# Bienvenidos a MagiaPotagia > Sugerencias >  El mago del mes

## Iban

Hola, hola, hola.

Hay tantos magos buenísimos que desconocemos, y disciplinas que no son propia de las que no tenemos ni idea...

¿Se podría elegir un "mago del mes", o "mago de la semana" sobre el que, cada vez, vayamos todos aprendiendo, descubriendo, criticando y compartiendo?

Si el post es una memez, me lo cerráis a golpe de candado, y así no se desata una cascada de "yo creo que sí", "yo creo que no".


 :Tussor: 


(Hay que ser prácticos...).

----------


## Jimmy MX

Hola Iban, eso es una buena idea,"el mago del mes" me gusta jejeje, yo creo que si ¿alguien me secunda?

----------


## S. Alexander

Yo te secundo. Esto nos haría indagar más en la magia y podríamos aprender mucho más.  :Smile1:

----------


## Magnano

es una buena idea, pero quien lo elige?, como damos con magos que desconocemos y los valoramos?... hay mucho para esto, pero la idea es buena

----------


## Iban

Supongo que un moderador se tendría que hacer cargo. Y bien ponerlo el, o bien elegirlo en base a MPs que reciba.

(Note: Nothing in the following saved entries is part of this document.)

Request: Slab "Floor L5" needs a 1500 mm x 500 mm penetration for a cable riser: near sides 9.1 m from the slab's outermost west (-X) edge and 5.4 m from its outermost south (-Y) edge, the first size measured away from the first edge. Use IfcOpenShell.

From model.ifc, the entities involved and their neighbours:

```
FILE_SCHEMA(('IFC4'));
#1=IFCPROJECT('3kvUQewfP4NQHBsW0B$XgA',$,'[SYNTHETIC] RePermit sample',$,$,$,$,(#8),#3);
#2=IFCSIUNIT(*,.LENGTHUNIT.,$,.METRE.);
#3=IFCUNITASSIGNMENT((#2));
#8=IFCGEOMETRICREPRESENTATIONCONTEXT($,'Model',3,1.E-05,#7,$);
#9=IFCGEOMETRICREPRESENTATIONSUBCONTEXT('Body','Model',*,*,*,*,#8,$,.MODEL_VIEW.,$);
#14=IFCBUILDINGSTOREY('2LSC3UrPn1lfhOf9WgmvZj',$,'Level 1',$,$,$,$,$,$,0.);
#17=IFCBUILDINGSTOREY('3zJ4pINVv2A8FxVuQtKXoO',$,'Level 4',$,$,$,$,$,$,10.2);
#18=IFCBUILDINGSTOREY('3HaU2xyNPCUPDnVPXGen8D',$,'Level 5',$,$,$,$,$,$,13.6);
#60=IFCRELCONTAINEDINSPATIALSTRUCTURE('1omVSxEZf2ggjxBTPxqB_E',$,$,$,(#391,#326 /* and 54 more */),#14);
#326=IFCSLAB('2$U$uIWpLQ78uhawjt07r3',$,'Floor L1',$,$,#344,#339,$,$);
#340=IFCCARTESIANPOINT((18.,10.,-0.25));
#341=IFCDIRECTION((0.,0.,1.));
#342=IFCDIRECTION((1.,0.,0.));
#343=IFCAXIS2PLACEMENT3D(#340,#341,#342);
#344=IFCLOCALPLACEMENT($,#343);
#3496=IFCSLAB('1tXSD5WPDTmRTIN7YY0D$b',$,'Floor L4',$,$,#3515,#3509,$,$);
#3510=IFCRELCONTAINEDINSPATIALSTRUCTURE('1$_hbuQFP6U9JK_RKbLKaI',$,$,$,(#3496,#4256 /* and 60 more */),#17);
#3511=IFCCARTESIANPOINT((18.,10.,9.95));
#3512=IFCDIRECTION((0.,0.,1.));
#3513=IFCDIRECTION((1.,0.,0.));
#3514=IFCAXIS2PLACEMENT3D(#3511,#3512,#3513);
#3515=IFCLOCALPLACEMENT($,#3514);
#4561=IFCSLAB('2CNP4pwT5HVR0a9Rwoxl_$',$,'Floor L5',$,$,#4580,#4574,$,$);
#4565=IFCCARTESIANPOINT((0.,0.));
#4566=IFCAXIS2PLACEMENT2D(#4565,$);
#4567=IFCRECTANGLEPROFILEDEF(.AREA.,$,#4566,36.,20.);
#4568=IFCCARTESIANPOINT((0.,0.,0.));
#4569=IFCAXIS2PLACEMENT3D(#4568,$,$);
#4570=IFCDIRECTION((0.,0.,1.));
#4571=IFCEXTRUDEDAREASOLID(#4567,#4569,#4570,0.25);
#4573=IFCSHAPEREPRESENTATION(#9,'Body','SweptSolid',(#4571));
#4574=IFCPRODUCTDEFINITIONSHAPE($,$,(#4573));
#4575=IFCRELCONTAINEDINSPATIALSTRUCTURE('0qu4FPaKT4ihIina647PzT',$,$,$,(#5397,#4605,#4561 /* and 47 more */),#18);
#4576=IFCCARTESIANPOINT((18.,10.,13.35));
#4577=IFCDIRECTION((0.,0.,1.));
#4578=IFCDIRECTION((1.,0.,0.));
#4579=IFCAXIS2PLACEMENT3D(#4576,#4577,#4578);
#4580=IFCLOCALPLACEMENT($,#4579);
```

```python
import numpy as np
import ifcopenshell
import ifcopenshell.api.feature
import ifcopenshell.api.geometry
import ifcopenshell.api.root
import ifcopenshell.geom
import ifcopenshell.util.placement
import ifcopenshell.util.representation
import ifcopenshell.util.shape
import ifcopenshell.util.unit

model = ifcopenshell.open("model.ifc")
unit_scale = ifcopenshell.util.unit.calculate_unit_scale(model)
settings = ifcopenshell.geom.settings()


def volume(element):
    """Net volume in cubic metres, openings subtracted."""
    shape = ifcopenshell.geom.create_shape(settings, element)
    return ifcopenshell.util.shape.get_volume(shape.geometry)


slab = model.by_guid("2CNP4pwT5HVR0a9Rwoxl_$")
before = volume(slab)

# Extent in the slab's own axes, in metres. The edges named are its -X and -Y sides.
slab_shape = ifcopenshell.geom.create_shape(settings, slab)
vertices = ifcopenshell.util.shape.get_vertices(slab_shape.geometry)
x_min, y_min, bottom = vertices.min(axis=0)
top = vertices[:, 2].max()

opening = ifcopenshell.api.root.create_entity(model, ifc_class="IfcOpeningElement", name="Cable riser opening", predefined_type="OPENING")
context = ifcopenshell.util.representation.get_context(model, "Model", "Body", "MODEL_VIEW")
width, depth = 1.5, 0.5
outline = [(0.0, 0.0), (width, 0.0), (width, depth), (0.0, depth), (0.0, 0.0)]
# Overshoot both faces by 50 mm so the cut is clean.
shape = ifcopenshell.api.geometry.add_slab_representation(
    model, context=context, depth=top - bottom + 0.1, polyline=outline
)
ifcopenshell.api.geometry.assign_representation(model, product=opening, representation=shape)

matrix = ifcopenshell.util.placement.get_local_placement(slab.ObjectPlacement)
matrix[:, 3] = matrix @ np.append(np.array([x_min + 9.1, y_min + 5.4, bottom - 0.05]) / unit_scale, 1.0)
ifcopenshell.api.geometry.edit_object_placement(model, product=opening, matrix=matrix, is_si=False)
ifcopenshell.api.feature.add_feature(model, feature=opening, element=slab)

after = volume(slab)

print(f"slab volume {before:.3f} -> {after:.3f} m3")

model.write("model_v2.ifc")
```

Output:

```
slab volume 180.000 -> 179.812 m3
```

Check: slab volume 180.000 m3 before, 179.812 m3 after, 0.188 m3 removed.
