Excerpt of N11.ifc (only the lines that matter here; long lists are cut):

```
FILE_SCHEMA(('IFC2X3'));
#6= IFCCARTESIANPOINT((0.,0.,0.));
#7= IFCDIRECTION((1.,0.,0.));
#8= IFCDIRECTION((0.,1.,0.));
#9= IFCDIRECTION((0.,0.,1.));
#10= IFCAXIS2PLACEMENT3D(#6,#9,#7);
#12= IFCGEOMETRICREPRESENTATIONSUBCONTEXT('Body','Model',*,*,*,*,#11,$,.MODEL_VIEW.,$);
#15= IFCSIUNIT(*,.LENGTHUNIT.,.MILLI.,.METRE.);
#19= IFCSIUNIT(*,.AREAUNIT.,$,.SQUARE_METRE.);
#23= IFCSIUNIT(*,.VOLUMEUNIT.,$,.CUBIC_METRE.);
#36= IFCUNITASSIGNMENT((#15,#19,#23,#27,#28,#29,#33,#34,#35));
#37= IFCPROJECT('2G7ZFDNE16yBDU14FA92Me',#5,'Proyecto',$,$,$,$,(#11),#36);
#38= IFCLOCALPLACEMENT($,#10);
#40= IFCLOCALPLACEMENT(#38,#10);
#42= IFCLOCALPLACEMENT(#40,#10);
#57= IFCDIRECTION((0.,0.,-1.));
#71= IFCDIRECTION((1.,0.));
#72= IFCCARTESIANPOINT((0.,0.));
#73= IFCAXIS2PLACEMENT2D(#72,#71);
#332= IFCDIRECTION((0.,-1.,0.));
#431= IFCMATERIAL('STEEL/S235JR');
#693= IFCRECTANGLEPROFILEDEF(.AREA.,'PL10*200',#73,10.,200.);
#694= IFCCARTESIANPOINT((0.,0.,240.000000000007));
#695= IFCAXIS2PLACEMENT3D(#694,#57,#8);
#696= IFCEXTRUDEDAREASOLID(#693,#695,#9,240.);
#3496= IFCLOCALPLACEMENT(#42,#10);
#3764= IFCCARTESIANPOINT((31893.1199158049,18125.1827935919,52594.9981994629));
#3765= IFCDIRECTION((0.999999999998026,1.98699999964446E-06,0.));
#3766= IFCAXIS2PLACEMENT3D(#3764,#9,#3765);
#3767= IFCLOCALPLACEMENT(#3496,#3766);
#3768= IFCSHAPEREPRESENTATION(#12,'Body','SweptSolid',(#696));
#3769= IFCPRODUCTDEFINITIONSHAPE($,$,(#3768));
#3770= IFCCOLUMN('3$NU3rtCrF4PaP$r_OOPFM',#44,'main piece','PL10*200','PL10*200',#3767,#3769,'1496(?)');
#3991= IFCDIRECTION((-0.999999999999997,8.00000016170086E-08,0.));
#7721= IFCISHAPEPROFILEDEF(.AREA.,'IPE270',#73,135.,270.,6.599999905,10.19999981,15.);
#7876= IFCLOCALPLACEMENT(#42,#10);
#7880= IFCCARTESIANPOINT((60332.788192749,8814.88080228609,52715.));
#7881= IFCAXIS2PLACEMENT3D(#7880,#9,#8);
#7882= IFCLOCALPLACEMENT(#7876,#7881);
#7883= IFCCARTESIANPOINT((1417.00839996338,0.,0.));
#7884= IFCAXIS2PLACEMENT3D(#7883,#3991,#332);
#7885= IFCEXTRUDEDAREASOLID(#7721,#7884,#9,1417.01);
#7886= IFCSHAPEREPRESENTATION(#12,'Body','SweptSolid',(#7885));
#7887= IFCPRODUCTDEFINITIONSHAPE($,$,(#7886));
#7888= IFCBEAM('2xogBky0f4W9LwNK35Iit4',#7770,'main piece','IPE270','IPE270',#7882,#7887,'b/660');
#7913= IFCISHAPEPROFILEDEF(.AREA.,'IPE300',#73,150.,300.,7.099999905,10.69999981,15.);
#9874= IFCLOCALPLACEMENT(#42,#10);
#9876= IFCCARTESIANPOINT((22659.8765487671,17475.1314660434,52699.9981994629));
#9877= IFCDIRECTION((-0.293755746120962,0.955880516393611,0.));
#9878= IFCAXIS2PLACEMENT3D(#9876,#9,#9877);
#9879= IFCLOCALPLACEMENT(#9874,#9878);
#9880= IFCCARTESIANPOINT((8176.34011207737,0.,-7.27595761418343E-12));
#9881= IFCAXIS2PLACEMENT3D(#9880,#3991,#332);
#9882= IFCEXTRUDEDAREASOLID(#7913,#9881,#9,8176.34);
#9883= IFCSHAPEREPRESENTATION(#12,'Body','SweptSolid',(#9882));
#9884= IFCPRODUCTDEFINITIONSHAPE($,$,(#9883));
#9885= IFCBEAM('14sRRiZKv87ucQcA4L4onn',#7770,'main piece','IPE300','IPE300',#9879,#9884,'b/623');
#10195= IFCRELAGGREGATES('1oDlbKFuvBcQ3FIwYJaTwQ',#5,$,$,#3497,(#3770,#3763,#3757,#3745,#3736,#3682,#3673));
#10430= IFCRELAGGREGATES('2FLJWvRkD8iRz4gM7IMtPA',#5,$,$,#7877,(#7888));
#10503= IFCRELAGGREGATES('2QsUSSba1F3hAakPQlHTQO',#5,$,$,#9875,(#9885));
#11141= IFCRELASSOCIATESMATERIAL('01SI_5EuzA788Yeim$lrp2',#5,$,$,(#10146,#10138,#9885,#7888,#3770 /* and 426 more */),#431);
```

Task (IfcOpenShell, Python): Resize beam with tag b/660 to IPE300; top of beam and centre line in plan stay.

```python
import ifcopenshell
import ifcopenshell.util.element
import ifcopenshell.util.representation

model = ifcopenshell.open("N11.ifc")

member = model.by_guid("2xogBky0f4W9LwNK35Iit4")
source = next(p for p in model.by_type("IfcIShapeProfileDef") if p.ProfileName == "IPE300")

body = ifcopenshell.util.representation.get_representation(member, "Model", "Body")
solid = body.Items[0]
old_profile = solid.SweptArea

# Copy the section's sizes but keep this member's own profile position.
profile = ifcopenshell.util.element.copy(model, source)
# Profiles are centred, so shift by half the change in depth to hold the top.
shift = (old_profile.OverallDepth - profile.OverallDepth) / 2
x, y = old_profile.Position.Location.Coordinates
up = (0.0, 1.0)  # upwards, in the solid's own plane
location = model.createIfcCartesianPoint((x + up[0] * shift, y + up[1] * shift))
profile.Position = model.createIfcAxis2Placement2D(location, old_profile.Position.RefDirection)
solid.SweptArea = profile
if not model.get_total_inverses(old_profile):
    ifcopenshell.util.element.remove_deep2(model, old_profile)
member.Description = member.Description.replace("IPE270", "IPE300")
member.ObjectType = member.ObjectType.replace("IPE270", "IPE300")

print(solid.SweptArea)

model.write("N11-out.ifc")
```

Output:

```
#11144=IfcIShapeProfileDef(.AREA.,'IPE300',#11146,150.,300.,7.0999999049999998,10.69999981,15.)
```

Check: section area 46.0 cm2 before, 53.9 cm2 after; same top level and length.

Porque si lo tenemos que ir eligiendo entre nosotros, esto va a ser un gallinero y no vamos a llegar a nada.

----------


## Ritxi

Iban ¿y porque no te haces tú el responsable?  :001 005: 

Si tu te curras un buen post y por ejemplo y lo cuelgas en historia de la magia yo me ocupo de que tire para adelante 

Allí nos expones algo de él, historis, técnicas, juegos y que la gente comente lo que sea

Si la gente colabora podemos hacer una sección especifica y todo!!

Vaya marrón, no? 
¿Aceptas el reto?  :302:

----------


## Iban

.



.........

----------


## Iban

> ¿Aceptas el reto?


 
Creo que no eres consciente de que le estás dando una metralleta a un mono.

 :666:  :666: 

Preparo algo, y cuando lo tenga te lo mando por MP para ver si está en onda.

----------


## Barbafloren&Crossman

Propongo sencillamente una mezcla de lo que habéis puesto arriba.
Que se elijan 3 o 4 candidatos y como bien ha dicho Ritxi expones  algo de él, historias, técnicas, juegos y que la gente vote al que más le guste durante una semana.
Tras esa semana se recuentan las votos y ya está, no elige nadie, si no que elegimos todos.

----------


## Iban

*stia, si; y escribo una enciclopedia de magos a la semana, y al final del año la edito de doce en doce volúmenes. No nos pasemos...

----------


## CroW

> Creo que no eres consciente de que le estás dando una metralleta a un mono.
> 
> 
> 
> Preparo algo, y cuando lo tenga te lo mando por MP para ver si está en onda.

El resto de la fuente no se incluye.